Continuize

Turns discrete variables (attributes) into numeric (“continuous”) dummy variables.

Inputs

  • Data: input data set

Outputs

  • Data: transformed data set

The Continuize widget receives a data set in the input and outputs the same data set in which some or all categorical variables are replaced with continuous ones and numeric variables are scaled.

  1. Select a categorical attribute to define its specific treatmen, or click the “Deafult” option above to set the default treatment for all categorical attributes without specific settings.

    Multiple attributes can be chosen.

  2. Define the treatment of categorical variables.

    Examples in this section will assume that we have a categorical attribute status with values low, middle and high, listed in that order. Options for their transformation are:

    • Use default setting: use the default treatment.

    • Leave categorical: leave the attribute as it is.

    • First value as base: a N-valued categorical variable will be transformed into N-1 numeric variables, each serving as an indicator for one of the original values except for the base value. The base value is the first value in the list. By default, the values are ordered alphabetically; their order can be changed in Edit Domain.

      In the above case, the three-valued variable status is transformed into two numeric variables, status=middle with values 0 or 1 indicating whether the original variable had value middle on a particular example, and similarly, status=high.

    • Most frequent value as base: similar to the above, except that the most frequent value is used as a base. So, if the most frequent value in the above example is middle, then middle is considered as the base and the two newly constructed variables are status=low and status=high.

    • One-hot encoding: this option constructs one numeric variable per each value of the original variable. In the above case, we would get variables status=low, status=middle and status=high.

    • Remove if more than 3 values: removes non-binary categorical variables from the data.

    • Remove: removes the attribute.

    • Treat as ordinal: converts the variable into a single numeric variable enumerating the original values. In the above case, the new variable would have the value of 0 for low, 1 for middle and 2 for high. Again note that the order of values can be set in Edit Domain.

    • Treat as normalized ordinal: same as above, except that values are normalized into range 0-1. In our example, the values of the new variable would be 0, 0.5 and 1.

  3. Select attributes to set individual treatments or click “Default” to set the default treatment for numeric attributes.

  4. Define the treatment of numeric attributes.

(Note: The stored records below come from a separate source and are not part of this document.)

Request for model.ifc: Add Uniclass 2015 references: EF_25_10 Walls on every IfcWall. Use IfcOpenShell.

First a look at what the model holds.

```python
import ifcopenshell

model = ifcopenshell.open("model.ifc")
print(model.schema)
print("classifications:", [c.Name for c in model.by_type("IfcClassification")])
for ifc_class in ("IfcDoor", "IfcRoof", "IfcStair", "IfcWall", "IfcWindow"):
    print(ifc_class, len(model.by_type(ifc_class)))
```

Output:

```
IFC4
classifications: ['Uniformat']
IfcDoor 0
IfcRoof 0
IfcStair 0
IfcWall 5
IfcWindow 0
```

```python
import ifcopenshell
import ifcopenshell.api.classification

model = ifcopenshell.open("model.ifc")

system = ifcopenshell.api.classification.add_classification(model, classification="Uniclass 2015")

codes = {
    "IfcWall": ("EF_25_10", "Walls"),
}
for ifc_class, (code, name) in codes.items():
    products = model.by_type(ifc_class)
    ifcopenshell.api.classification.add_reference(
        model, products=products, classification=system, identification=code, name=name
    )
    print(code, len(products))

model.write("model_edited.ifc")
```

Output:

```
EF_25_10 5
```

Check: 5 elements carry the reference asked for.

    • Use default setting: use the general default.
    • Leave as it is: do not change anything.
    • Standardize: subtract the mean and divide by the standard deviation (not available for sparse data).
    • Center: subtract the mean (not available for sparse data).
    • Scale: divide by standard deviation.
    • Normalize to interval [-1, 1]: linearly scale the values into interval [-1, 1] (not available for sparse data)
    • Normalize to interval [0, 1]: linearly scale the values into interval [0, 1] (not available for sparse data)
  5. If checked, the class attribute is converted in the same fashion as categorical attributes that are treated as ordinal (see above).

Examples

First, let’s see what is the output of the Continuize widget. We feed the original data (the Heart disease data set) into the Data Table and see how they look like. Then we continuize the discrete values using various options and observe them in another Data Table.

In the second example, we show a typical use of this widget - in order to properly plot the linear projection of the data, discrete attributes need to be converted to continuous ones and that is why we put the data through the Continuize widget before drawing it. Gender, for instance, is transformed into two attributes “gender=female” and gender=male.